El mundo se ha terminado. El infierno existe. Pero has sobrevivido. Estás aquí, prueba irrefutable. ¿Perpetuarás tus miedos anticipándolos, reviviéndolos? ¿Dejarás que ese temor devore todo en tu vida? ¿No se llevó bastante el incendio? ¿Quieres aún arrojarte a la hoguera para alimentar su fuego?

¿O te armarás del valor de saberte sobreviviente, abrirás los ojos y echarás a andar?

viernes, 15 de febrero de 2008

La importancia de sentir

"A todos pertenece lo que piensas. Sólo es tuyo lo que sientes. Si quieres que sea
tuyo lo que piensas, has de sentirlo."
Friedrich von Schiller

No sé si les pase, pero a veces pienso en lugar de sentir. Quizá porque es más "fácil", porque lastima menos y porque es un terreno donde me siento más segura. (Digo, al fin y al cabo no fue gratuito que estudiara filosofía).

Aclaro que para mí, pensar es un acto amplio de la razón (sí, soy bien kantiana), que abarca no sólo el pensamiento "racional" como la lógica, la matemática... pensar abarca también la memoria, la imaginación y los sentidos.

Pero aún en ese acto amplio, a veces falta SENTIR. Poder estar simplemente enojada, triste, con miedo. Poder validar que es justo lo que siento, y a partir de eso, dejarlo pasar.

Quizá por eso es maravilloso que mi poeta, en vez de preguntarme ¿cómo estás?, me pregunte ¿cómo te sientes? Prueben un día a hacer a otros a cambiar el "estar" por el "sentir".

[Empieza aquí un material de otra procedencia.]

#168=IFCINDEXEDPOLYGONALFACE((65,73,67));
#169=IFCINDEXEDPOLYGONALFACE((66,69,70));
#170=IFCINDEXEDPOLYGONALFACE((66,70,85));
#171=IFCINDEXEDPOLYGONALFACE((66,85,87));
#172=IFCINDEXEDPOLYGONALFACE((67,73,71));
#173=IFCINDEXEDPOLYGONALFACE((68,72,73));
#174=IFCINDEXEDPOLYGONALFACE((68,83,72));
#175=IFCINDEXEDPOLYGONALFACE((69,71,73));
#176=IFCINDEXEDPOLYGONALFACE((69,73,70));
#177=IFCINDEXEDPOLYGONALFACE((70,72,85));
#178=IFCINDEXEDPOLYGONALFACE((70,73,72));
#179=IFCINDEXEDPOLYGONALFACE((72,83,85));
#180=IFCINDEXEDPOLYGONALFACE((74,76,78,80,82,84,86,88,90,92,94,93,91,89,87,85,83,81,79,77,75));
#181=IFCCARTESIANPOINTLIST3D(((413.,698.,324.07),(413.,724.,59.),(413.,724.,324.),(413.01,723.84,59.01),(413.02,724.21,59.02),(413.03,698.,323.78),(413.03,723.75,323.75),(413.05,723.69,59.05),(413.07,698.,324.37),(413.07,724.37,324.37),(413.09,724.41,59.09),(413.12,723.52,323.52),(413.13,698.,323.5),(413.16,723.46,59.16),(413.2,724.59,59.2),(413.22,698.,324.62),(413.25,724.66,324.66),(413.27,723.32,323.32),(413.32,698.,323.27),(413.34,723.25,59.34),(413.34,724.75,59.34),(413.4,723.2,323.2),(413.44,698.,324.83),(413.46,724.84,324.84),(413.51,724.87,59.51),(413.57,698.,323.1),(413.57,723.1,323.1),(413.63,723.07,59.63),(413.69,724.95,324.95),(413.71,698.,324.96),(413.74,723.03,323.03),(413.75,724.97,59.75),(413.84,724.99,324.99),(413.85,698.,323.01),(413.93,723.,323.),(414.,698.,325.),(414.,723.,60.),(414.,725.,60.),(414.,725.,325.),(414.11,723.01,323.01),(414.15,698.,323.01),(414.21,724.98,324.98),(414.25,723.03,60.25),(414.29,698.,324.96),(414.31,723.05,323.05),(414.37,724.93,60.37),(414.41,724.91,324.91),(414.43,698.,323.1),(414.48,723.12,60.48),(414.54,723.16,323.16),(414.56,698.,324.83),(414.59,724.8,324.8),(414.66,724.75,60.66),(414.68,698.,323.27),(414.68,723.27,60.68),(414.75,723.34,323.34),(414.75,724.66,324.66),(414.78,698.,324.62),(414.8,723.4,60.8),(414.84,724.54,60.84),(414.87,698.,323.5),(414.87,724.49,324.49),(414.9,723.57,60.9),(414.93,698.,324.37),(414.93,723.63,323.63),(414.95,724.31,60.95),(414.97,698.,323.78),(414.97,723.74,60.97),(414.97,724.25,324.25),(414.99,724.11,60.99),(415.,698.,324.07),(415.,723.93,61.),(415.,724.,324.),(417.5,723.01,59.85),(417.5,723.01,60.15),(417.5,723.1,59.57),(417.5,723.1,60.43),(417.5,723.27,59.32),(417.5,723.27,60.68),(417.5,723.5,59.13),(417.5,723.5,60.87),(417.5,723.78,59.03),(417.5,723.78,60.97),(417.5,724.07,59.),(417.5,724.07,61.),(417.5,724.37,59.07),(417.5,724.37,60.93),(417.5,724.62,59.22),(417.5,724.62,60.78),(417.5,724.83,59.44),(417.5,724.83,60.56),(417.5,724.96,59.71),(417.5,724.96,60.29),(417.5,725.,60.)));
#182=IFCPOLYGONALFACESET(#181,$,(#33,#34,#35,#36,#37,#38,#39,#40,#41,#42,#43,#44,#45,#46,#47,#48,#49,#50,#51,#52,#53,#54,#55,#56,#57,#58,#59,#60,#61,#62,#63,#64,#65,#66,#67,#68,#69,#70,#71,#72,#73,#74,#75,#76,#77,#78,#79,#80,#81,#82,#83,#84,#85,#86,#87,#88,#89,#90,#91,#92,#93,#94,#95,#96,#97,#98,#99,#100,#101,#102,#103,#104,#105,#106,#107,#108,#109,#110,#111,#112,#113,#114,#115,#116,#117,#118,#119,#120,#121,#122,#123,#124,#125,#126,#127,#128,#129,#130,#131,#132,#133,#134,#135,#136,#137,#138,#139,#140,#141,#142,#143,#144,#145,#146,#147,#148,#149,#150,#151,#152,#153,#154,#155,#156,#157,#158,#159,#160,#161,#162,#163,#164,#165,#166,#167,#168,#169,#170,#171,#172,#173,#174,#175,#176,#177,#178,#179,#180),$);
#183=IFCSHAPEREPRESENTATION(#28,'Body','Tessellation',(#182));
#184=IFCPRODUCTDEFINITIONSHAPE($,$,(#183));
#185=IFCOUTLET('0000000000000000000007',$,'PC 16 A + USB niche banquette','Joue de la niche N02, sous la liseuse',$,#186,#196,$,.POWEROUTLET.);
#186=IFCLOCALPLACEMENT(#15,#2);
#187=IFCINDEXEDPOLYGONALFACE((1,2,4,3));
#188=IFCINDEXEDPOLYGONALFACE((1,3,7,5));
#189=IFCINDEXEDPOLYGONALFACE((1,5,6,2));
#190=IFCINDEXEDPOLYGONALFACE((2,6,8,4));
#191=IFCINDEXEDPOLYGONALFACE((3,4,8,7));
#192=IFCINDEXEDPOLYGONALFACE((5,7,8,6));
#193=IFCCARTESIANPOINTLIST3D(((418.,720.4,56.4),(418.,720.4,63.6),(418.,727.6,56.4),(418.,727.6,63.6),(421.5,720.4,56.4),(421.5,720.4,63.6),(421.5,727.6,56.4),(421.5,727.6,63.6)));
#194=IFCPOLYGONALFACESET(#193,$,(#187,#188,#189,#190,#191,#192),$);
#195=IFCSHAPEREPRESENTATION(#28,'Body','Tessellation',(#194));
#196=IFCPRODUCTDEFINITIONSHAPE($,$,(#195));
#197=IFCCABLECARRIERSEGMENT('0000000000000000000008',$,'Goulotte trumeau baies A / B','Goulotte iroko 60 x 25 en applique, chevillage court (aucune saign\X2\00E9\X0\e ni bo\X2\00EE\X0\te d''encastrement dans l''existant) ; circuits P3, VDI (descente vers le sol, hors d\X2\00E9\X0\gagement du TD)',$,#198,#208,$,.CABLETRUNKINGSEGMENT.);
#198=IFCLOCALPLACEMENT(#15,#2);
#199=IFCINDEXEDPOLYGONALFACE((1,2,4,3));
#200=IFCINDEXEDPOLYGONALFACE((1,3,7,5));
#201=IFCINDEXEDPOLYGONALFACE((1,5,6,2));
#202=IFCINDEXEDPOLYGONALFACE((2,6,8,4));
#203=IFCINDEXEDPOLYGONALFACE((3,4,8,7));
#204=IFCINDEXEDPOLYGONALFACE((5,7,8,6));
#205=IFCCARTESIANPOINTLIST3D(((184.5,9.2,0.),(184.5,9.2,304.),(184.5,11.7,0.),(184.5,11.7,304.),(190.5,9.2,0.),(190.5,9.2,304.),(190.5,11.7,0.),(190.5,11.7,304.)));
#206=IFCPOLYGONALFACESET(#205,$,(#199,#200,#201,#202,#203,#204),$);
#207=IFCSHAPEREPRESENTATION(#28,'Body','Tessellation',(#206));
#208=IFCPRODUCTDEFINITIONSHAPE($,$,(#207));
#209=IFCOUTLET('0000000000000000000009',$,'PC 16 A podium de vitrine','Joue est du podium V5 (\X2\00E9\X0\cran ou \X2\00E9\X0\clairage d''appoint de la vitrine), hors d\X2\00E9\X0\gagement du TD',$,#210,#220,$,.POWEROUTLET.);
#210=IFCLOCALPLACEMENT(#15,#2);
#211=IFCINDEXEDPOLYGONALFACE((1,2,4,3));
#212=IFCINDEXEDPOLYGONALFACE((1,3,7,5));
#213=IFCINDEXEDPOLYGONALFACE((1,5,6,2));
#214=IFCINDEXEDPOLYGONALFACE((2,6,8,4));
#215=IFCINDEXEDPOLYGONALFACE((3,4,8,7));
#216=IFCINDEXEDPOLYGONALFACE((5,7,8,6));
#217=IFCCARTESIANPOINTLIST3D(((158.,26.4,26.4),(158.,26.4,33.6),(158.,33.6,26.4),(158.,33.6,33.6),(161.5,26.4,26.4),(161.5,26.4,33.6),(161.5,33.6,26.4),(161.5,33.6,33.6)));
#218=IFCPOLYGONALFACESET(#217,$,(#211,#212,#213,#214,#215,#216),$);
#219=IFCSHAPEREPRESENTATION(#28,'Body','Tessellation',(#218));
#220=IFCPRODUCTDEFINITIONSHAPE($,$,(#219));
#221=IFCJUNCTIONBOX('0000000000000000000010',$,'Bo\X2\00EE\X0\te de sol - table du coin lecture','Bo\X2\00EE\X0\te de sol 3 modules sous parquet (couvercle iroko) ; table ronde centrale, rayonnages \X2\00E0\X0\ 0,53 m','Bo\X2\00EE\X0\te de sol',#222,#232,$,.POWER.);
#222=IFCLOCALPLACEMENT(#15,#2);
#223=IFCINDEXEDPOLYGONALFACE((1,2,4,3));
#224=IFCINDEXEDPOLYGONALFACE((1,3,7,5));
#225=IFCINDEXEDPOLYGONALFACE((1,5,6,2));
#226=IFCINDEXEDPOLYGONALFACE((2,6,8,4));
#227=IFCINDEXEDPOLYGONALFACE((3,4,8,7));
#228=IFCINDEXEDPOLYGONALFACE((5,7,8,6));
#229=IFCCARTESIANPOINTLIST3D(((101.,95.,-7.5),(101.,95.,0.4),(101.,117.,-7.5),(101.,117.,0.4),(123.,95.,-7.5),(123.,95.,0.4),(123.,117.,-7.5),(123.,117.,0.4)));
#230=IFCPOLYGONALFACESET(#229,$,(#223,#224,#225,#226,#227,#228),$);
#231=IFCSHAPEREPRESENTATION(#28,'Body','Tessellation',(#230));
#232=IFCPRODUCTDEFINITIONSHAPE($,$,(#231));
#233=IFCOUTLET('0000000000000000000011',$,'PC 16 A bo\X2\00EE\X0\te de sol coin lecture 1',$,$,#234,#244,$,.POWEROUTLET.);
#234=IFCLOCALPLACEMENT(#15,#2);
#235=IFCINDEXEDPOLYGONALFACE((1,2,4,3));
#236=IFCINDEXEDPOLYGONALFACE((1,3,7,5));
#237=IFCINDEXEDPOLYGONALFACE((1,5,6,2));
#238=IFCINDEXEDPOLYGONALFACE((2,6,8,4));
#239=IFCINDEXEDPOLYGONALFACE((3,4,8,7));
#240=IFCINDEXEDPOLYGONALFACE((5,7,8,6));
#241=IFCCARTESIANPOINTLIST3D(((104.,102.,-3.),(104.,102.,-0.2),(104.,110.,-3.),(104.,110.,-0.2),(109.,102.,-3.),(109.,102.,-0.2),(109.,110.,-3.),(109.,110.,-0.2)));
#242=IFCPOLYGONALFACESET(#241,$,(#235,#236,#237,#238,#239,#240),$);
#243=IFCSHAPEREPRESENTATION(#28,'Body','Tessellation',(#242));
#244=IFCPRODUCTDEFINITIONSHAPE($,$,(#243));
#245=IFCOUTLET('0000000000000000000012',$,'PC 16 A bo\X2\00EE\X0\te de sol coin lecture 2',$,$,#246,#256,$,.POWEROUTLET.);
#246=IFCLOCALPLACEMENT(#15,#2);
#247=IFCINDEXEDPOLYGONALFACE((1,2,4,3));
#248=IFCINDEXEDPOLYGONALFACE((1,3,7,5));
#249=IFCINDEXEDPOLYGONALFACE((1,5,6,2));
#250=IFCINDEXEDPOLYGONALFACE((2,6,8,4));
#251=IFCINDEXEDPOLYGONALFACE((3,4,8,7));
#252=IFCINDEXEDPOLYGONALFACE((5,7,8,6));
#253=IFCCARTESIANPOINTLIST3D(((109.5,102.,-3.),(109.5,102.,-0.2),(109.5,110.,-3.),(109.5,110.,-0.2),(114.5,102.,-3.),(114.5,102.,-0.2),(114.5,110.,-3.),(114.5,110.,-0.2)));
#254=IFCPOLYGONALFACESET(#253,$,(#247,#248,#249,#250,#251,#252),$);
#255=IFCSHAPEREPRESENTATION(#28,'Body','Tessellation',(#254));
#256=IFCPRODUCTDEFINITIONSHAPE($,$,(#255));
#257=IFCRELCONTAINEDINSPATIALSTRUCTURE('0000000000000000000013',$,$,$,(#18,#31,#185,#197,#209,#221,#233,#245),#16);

jueves, 14 de febrero de 2008

14 de febrero. Habitación: soledad

Cito de memoria, así que se aceptan correcciones. Ambos los busqué para un amigo que vive atrapado --o enamorado-- con su soledad. La soledad es esa habitación de la casa que frecuentamos las personas deprimidas, suframos o no de TCA.

De mis soledades voy
a mis soledades vengo
porque para estar conmigo
me bastan mis pensamientos.
Sor Juana Inés de la Cruz

¿Acaso vale la pena estar solo
para estar cada vez más solo?
Cesare Pavese

Y sin embargo, la soledad es eso: sólo un cuarto de la casa de nuestra alma. El cuarto donde podemos encontrarnos con nosotros mismos y, dicen los místicos, donde dios nos habla más claro.
Pero también es el cuarto donde a veces nos sentimos encerrados, porque simplemente, nadie entra a nuestra soledad (y lo peor es que a veces la soledad existe también en compañía).

El mundo de Cristina

Andrew Wyeth
Esta obra de un pintor estadounidense representa a una mujer frágil y deteriorada arrastrándose por el campo hacia su casa.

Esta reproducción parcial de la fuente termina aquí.